Filter the data for "IFCPRODUCTDEFINITIONSHAPE" and copy matching lines.

Stored items:
------------------------------------------------------------------------
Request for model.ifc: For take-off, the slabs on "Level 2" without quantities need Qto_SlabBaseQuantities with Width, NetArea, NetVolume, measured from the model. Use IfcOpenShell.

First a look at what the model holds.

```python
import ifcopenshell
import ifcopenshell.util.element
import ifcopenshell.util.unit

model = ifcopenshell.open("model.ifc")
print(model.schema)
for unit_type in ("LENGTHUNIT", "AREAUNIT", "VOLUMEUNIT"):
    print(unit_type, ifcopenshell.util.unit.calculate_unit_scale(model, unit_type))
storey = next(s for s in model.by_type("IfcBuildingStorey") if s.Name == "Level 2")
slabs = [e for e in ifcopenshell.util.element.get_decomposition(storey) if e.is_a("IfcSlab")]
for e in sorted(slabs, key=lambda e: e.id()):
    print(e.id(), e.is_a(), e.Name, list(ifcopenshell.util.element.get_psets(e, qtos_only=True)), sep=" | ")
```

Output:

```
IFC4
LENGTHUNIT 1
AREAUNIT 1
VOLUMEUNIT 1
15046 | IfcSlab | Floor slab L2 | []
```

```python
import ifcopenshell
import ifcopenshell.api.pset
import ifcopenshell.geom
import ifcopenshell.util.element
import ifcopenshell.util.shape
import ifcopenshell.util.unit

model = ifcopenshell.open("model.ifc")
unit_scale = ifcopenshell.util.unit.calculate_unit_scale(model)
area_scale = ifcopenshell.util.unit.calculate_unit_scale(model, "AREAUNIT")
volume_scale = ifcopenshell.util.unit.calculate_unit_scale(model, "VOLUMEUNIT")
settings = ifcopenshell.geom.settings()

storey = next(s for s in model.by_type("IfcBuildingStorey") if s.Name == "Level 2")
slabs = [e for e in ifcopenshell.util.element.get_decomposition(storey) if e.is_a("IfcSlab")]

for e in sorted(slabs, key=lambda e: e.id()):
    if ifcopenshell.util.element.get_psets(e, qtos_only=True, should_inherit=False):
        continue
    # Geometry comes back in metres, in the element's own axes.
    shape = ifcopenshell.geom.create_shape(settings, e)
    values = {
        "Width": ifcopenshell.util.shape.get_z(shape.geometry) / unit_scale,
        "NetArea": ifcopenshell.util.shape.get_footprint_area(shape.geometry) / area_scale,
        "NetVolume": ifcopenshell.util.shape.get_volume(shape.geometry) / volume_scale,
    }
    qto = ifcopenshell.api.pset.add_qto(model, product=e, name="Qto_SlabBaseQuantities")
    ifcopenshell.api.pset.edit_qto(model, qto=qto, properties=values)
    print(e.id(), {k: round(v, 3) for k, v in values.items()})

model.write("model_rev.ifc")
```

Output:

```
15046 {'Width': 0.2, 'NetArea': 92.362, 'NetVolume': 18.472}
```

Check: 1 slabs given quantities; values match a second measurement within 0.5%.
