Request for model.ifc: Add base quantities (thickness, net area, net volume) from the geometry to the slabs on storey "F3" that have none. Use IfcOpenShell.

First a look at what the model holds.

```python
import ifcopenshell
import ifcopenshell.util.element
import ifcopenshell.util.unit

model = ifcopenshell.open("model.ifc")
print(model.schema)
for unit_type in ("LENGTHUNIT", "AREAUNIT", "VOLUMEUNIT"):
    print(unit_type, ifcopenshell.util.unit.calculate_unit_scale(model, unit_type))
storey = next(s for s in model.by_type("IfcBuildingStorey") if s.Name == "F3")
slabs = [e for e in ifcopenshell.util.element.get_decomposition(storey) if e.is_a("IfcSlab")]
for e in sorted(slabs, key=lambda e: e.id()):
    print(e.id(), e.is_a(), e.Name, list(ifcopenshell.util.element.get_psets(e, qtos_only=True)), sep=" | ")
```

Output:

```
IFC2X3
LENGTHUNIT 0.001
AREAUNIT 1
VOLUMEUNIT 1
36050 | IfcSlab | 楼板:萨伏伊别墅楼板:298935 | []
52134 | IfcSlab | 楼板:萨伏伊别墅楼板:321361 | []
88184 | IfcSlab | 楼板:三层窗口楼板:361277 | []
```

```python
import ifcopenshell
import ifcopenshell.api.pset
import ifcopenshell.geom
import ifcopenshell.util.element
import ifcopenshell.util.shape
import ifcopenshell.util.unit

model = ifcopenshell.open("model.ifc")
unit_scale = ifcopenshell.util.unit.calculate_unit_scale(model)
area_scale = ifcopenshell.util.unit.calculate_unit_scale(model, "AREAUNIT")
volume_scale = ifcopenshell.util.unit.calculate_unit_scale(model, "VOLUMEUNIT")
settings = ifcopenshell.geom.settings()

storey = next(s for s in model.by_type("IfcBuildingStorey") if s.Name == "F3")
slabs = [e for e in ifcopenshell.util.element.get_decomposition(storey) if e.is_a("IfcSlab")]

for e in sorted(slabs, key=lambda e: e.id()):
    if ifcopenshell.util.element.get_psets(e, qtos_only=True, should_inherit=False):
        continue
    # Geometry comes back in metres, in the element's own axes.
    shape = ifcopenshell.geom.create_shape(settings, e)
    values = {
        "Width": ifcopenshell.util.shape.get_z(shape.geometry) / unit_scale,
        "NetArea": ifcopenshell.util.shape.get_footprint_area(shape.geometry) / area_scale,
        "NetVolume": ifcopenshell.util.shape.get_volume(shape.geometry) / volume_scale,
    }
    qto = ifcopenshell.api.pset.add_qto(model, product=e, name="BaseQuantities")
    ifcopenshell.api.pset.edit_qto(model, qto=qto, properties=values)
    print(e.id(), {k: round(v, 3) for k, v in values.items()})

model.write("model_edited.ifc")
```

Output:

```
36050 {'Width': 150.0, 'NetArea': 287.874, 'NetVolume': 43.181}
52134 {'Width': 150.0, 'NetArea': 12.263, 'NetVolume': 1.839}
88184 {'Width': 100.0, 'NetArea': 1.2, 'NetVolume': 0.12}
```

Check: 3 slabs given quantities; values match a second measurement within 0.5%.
------------------------------------------------------------------------
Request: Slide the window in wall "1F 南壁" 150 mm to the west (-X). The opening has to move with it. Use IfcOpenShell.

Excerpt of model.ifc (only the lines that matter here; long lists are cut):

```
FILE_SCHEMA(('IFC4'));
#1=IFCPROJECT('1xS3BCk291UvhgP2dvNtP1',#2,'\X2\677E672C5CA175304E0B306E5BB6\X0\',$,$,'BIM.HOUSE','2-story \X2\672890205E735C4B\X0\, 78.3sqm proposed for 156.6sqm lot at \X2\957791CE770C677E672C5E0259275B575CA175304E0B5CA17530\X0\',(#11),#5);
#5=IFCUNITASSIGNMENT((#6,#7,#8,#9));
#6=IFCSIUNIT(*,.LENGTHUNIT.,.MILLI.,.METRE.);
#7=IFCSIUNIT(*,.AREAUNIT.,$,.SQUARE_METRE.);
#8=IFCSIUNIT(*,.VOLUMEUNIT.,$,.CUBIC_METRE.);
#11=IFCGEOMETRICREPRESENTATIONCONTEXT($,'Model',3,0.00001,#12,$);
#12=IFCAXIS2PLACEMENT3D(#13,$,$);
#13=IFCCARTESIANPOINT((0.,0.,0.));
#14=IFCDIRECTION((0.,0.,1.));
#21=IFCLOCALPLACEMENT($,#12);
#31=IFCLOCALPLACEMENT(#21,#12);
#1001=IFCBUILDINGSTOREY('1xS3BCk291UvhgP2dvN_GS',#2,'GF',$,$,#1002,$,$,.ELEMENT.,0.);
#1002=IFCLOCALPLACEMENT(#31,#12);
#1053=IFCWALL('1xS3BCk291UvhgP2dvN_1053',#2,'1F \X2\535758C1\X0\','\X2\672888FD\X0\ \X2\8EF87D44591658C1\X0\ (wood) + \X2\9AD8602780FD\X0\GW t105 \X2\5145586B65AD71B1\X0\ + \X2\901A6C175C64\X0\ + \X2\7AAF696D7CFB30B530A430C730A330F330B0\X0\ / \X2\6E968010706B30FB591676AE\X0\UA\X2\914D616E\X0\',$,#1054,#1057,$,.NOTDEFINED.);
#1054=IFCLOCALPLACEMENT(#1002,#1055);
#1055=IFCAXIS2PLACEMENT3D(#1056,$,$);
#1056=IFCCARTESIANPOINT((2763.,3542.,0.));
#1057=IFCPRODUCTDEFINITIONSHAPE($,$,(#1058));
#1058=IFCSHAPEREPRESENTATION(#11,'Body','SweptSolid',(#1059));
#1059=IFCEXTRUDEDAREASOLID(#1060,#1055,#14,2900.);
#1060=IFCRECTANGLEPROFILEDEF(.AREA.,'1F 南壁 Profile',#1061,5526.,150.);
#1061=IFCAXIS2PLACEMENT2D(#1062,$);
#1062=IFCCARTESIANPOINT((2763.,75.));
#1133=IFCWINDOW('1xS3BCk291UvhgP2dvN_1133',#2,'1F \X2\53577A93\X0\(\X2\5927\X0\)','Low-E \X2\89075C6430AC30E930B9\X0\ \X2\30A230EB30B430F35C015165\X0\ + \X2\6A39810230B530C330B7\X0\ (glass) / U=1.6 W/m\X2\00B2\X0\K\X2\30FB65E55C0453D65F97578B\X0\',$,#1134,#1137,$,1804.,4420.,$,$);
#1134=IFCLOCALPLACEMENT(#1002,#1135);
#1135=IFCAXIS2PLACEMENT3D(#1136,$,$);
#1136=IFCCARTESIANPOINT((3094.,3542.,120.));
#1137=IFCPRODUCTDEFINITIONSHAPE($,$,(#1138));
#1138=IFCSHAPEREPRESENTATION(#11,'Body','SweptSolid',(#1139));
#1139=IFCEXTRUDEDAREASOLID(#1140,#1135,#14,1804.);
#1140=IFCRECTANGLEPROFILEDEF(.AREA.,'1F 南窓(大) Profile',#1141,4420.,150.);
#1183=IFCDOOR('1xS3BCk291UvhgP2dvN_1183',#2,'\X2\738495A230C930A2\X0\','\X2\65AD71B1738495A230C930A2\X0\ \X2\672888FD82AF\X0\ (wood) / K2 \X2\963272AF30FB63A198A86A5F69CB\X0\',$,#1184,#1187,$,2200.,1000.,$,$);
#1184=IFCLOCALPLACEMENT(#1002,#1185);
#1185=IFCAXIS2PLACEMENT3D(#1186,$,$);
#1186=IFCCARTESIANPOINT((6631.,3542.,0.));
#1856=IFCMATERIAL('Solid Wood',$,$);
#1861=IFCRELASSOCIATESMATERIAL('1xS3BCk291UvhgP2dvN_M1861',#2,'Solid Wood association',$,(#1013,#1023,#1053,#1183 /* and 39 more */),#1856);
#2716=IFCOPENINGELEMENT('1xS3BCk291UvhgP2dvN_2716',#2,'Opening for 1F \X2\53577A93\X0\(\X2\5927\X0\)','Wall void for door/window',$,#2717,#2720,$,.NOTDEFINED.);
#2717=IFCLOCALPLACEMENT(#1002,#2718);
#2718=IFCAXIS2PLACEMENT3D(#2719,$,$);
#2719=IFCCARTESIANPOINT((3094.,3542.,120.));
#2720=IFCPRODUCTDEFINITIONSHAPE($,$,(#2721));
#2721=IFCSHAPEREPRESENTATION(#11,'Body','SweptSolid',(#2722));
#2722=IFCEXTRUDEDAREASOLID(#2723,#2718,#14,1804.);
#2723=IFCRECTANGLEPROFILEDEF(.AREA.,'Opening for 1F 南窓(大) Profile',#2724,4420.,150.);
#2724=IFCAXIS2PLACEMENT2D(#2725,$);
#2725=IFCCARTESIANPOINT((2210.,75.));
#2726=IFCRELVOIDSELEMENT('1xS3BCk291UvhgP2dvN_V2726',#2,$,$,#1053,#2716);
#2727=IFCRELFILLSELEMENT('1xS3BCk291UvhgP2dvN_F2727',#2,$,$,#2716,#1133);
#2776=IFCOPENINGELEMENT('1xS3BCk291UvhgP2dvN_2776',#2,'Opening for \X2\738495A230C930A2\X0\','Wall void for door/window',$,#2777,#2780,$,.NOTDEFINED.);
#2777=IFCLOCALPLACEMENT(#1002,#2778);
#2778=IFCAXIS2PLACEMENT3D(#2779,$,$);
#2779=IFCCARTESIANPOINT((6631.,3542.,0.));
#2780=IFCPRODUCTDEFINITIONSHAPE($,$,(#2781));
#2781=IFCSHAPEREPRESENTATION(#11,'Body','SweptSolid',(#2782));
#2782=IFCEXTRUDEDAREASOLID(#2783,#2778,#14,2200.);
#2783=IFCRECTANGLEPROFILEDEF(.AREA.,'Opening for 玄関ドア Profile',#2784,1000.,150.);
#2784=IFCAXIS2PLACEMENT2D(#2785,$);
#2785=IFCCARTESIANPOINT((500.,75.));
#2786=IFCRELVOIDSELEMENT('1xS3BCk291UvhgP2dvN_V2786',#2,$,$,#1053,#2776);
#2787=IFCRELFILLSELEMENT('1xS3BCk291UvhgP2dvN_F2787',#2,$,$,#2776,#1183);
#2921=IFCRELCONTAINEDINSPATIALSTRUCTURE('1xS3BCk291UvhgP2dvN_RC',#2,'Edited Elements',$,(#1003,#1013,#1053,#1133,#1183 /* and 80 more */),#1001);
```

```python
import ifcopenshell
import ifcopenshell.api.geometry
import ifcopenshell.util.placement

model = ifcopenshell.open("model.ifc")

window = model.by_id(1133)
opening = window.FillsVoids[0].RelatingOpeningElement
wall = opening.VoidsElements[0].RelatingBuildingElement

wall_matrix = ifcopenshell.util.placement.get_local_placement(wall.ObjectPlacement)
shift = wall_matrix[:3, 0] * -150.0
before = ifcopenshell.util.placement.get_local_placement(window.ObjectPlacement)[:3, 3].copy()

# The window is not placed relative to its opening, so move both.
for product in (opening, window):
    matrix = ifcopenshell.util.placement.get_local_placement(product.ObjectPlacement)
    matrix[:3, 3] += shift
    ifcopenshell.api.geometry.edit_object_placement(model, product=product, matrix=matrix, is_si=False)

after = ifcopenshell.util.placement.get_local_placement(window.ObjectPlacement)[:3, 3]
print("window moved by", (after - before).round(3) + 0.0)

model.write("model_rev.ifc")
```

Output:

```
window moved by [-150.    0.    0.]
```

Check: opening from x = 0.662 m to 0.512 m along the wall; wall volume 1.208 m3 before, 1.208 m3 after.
------------------------------------------------------------------------
## Your response
#1057=IFCPRODUCTDEFINITIONSHAPE($,$,(#1058));
#1137=IFCPRODUCTDEFINITIONSHAPE($,$,(#1138));
#2720=IFCPRODUCTDEFINITIONSHAPE($,$,(#2721));
#2780=IFCPRODUCTDEFINITIONSHAPE($,$,(#2781));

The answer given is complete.